Gather all lines in the records below that include the word "IFCGEOMETRICREPRESENTATIONSUBCONTEXT".

--- Data shown Enclosed Below ---

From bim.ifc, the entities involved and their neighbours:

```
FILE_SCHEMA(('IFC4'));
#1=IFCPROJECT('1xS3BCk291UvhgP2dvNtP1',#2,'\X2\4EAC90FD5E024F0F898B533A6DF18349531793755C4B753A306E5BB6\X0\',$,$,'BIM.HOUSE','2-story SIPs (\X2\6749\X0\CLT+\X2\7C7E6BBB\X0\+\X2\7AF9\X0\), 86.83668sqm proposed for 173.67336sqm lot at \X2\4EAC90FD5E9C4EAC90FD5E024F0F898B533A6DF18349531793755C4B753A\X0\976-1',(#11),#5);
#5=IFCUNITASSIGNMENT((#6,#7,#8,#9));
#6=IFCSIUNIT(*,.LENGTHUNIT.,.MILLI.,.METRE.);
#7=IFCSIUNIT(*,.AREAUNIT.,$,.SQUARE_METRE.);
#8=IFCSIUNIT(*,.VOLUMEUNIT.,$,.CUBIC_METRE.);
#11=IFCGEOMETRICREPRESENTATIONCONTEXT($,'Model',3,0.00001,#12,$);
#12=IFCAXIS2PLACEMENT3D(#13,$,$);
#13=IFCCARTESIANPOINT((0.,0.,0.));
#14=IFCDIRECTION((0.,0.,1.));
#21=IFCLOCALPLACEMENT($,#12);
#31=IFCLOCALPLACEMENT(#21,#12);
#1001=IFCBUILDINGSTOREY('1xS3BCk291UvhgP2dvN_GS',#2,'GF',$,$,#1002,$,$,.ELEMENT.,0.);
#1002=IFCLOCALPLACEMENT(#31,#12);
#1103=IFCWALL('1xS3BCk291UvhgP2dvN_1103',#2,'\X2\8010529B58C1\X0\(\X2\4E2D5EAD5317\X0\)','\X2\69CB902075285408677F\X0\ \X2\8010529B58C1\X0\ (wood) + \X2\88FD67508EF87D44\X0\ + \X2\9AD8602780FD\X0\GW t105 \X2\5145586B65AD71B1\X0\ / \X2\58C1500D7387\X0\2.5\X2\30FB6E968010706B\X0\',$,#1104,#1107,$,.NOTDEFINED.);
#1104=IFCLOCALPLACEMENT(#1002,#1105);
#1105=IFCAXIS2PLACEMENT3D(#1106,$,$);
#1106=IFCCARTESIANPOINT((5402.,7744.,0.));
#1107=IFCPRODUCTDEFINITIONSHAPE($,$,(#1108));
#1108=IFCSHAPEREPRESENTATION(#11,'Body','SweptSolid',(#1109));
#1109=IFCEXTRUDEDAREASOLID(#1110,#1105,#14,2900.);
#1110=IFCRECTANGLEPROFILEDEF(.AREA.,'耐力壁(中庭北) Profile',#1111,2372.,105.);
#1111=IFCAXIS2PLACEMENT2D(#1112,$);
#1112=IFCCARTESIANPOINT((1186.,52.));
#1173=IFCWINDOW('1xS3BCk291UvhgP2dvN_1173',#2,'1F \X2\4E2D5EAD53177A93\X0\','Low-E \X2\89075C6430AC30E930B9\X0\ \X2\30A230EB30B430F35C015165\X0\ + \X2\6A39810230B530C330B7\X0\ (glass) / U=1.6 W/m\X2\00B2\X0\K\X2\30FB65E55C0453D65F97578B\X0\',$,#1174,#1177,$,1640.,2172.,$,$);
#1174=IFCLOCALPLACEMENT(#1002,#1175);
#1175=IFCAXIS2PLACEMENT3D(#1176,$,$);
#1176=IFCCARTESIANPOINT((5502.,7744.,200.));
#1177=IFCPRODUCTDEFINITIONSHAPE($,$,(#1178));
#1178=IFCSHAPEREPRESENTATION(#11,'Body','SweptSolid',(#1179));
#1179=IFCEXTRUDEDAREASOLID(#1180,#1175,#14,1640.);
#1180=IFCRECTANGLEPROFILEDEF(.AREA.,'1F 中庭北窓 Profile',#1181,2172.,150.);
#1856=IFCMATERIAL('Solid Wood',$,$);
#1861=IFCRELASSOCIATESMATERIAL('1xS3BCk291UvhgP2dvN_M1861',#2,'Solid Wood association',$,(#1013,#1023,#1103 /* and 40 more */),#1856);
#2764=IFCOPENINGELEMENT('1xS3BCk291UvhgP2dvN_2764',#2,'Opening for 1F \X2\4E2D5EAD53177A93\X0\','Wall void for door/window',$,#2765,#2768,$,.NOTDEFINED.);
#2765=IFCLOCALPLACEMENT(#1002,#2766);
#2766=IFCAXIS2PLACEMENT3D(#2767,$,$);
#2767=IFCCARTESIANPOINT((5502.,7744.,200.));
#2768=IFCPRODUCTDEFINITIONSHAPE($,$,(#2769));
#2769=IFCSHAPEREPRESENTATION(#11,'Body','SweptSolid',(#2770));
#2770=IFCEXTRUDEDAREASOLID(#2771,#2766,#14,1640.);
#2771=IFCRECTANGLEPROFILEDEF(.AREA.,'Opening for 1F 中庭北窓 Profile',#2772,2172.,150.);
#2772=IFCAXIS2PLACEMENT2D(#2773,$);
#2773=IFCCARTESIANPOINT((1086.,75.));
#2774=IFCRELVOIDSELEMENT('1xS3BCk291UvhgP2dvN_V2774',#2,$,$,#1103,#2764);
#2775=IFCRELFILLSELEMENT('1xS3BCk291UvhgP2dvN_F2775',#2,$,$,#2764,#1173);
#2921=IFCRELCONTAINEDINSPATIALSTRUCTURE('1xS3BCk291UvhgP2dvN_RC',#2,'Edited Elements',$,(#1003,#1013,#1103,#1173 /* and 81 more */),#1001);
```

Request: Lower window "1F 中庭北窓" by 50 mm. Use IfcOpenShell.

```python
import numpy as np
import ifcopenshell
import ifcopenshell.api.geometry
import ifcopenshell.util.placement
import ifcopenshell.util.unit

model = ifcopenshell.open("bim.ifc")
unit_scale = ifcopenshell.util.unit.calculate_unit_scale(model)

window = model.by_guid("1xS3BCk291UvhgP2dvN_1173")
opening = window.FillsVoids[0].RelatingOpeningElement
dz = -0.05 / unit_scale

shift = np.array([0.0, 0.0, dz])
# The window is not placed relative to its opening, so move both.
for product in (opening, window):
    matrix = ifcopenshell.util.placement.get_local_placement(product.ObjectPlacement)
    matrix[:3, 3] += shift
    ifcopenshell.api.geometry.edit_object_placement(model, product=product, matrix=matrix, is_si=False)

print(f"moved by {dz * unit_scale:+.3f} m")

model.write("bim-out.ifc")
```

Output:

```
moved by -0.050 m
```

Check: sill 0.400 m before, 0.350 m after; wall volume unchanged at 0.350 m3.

--- End of Enclosed Data shown ---
--- Data shown Enclosed Below ---

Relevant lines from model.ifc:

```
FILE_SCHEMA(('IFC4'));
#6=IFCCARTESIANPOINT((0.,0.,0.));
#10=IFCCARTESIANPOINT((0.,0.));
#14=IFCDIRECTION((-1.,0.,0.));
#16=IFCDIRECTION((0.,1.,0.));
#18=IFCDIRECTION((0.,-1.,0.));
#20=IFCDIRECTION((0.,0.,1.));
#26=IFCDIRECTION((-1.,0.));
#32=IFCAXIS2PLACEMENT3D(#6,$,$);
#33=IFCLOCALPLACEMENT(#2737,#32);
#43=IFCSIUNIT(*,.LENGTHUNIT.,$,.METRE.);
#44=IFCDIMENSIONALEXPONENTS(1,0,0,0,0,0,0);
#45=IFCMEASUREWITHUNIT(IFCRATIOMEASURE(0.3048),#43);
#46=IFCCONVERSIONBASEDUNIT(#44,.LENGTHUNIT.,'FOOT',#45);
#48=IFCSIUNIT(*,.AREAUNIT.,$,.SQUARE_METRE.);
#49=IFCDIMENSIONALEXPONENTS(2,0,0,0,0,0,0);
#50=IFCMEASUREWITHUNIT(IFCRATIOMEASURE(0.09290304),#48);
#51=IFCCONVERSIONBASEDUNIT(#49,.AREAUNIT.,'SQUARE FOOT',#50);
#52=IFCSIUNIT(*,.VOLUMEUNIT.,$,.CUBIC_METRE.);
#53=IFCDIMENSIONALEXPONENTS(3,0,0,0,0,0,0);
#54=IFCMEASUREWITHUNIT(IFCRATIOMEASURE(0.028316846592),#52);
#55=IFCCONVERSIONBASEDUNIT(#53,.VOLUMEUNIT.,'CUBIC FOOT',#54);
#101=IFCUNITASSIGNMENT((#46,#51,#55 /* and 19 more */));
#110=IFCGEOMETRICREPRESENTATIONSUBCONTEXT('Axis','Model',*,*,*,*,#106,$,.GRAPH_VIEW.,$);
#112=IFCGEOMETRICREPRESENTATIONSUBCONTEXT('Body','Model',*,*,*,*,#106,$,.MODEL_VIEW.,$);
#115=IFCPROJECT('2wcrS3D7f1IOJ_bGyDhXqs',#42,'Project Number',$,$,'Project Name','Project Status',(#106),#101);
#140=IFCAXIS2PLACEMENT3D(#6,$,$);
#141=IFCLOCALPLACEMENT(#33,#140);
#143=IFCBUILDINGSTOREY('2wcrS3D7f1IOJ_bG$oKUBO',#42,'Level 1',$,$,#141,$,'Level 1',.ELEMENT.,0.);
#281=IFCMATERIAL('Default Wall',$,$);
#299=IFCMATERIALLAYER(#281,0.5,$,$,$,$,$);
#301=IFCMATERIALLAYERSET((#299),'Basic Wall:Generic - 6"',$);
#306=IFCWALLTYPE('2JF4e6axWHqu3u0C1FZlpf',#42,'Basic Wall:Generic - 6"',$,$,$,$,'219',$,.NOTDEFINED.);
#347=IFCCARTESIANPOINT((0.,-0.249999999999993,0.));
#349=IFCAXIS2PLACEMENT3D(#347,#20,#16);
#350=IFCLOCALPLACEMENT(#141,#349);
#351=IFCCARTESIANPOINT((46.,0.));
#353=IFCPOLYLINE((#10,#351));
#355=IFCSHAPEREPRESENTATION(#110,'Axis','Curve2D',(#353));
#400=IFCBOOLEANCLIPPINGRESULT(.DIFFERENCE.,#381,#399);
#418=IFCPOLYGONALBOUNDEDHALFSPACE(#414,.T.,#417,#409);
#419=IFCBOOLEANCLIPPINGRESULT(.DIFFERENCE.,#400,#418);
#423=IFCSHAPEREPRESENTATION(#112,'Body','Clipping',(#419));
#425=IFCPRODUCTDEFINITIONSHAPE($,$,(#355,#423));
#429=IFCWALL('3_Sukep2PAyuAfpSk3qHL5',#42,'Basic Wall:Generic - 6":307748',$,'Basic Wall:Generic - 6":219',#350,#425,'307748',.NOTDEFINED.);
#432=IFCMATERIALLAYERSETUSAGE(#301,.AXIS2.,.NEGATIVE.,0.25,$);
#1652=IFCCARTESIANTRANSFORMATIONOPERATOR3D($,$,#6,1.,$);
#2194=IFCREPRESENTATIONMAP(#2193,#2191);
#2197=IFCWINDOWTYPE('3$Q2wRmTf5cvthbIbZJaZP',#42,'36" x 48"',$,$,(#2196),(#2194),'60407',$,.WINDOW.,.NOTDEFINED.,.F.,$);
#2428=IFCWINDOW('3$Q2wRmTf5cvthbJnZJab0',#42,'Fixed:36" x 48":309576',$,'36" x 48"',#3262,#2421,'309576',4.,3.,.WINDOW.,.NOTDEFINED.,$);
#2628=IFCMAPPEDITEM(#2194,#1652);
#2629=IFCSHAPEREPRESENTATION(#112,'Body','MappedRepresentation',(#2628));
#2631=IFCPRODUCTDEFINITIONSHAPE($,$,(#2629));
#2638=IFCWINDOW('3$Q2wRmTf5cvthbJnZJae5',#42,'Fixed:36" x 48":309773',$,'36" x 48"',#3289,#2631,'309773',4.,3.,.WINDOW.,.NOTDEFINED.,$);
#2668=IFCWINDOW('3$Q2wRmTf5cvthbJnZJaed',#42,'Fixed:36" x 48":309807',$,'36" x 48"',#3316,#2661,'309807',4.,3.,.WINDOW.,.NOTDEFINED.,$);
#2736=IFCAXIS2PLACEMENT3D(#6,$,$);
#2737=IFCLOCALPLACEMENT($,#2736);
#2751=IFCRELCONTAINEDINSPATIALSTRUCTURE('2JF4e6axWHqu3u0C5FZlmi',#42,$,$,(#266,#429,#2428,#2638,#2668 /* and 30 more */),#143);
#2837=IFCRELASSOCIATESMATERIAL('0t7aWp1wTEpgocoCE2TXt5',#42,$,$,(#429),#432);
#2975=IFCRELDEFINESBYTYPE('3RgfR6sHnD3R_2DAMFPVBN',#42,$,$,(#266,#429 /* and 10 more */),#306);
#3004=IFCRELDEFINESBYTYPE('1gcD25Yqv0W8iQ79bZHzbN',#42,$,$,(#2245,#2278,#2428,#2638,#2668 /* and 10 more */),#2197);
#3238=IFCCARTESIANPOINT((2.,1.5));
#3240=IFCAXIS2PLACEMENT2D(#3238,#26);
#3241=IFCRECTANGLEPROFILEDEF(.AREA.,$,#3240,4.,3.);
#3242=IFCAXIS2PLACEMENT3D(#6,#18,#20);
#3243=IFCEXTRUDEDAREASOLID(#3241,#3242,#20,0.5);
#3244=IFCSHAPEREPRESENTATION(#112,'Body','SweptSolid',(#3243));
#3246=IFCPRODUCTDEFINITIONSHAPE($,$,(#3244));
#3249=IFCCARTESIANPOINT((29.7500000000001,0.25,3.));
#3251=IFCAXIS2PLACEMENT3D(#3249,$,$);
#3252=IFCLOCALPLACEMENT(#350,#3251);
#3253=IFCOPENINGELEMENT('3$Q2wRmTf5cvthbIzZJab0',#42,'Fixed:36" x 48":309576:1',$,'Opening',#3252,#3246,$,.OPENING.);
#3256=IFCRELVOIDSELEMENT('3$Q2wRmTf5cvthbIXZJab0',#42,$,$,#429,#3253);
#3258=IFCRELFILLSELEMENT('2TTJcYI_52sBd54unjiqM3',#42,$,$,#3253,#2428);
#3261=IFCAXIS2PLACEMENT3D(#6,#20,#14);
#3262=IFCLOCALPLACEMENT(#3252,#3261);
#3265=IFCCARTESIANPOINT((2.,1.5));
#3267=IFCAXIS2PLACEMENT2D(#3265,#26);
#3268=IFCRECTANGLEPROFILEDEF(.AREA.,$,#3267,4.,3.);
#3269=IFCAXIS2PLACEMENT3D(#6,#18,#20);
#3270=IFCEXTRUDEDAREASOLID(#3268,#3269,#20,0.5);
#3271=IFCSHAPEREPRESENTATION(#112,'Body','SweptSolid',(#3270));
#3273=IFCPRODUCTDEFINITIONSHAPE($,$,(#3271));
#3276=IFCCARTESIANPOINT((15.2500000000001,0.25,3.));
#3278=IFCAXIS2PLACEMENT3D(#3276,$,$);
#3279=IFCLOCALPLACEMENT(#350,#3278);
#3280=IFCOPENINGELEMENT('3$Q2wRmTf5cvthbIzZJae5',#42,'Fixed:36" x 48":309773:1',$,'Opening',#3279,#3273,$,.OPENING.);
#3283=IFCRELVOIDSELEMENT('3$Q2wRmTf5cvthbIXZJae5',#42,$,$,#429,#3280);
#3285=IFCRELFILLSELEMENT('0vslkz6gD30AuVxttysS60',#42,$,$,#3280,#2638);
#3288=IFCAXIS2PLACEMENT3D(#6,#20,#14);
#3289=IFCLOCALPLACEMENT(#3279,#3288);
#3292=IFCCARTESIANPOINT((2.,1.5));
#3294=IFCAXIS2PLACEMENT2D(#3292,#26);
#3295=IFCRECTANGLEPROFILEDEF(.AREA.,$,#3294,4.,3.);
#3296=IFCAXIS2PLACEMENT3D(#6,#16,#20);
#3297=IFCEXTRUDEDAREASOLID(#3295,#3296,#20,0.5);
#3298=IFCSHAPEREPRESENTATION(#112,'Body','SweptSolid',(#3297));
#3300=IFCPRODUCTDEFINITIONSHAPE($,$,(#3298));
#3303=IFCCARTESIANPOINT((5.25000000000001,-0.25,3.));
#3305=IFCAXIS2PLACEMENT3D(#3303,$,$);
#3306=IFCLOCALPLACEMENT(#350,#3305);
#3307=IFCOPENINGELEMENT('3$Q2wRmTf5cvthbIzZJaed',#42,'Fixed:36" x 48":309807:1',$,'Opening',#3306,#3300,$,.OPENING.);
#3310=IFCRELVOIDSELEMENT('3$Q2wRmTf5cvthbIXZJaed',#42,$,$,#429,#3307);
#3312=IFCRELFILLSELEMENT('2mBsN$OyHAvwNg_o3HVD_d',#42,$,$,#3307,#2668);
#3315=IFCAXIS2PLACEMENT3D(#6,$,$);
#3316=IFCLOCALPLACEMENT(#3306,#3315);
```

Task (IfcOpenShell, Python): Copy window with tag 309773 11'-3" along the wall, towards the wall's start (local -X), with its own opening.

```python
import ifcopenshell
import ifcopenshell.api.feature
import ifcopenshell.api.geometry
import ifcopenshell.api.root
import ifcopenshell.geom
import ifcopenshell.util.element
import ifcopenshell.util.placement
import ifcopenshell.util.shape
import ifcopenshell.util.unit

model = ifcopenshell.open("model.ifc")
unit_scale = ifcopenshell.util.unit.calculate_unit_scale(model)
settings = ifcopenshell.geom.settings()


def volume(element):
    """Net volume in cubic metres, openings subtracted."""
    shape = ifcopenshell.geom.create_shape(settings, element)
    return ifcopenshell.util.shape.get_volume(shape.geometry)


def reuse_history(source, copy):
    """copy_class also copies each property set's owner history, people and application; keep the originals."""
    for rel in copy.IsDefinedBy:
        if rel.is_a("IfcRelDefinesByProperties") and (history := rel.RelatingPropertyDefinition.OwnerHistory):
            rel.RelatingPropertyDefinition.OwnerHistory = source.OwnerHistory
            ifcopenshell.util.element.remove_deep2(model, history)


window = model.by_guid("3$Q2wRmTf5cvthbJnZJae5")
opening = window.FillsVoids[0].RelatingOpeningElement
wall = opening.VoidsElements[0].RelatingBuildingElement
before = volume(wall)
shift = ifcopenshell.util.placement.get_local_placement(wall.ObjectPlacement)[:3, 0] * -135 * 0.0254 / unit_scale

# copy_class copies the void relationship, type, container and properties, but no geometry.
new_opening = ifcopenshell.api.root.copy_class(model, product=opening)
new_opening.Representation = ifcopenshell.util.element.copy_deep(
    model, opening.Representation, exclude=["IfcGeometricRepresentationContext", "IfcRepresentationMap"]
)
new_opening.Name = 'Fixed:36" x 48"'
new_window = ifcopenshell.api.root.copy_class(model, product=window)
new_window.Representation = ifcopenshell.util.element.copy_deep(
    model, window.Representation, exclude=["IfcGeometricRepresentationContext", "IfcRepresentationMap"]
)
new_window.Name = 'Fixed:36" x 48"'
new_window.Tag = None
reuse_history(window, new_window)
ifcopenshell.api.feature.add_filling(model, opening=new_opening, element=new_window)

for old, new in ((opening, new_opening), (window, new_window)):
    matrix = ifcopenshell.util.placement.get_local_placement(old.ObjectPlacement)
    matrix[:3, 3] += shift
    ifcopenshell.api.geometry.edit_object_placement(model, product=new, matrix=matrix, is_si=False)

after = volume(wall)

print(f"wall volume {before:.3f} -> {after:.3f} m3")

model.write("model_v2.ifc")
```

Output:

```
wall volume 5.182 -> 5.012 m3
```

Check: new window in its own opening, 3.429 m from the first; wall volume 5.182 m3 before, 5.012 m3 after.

--- End of Enclosed Data shown ---

• **Task output**:
#110=IFCGEOMETRICREPRESENTATIONSUBCONTEXT('Axis','Model',*,*,*,*,#106,$,.GRAPH_VIEW.,$);
#112=IFCGEOMETRICREPRESENTATIONSUBCONTEXT('Body','Model',*,*,*,*,#106,$,.MODEL_VIEW.,$);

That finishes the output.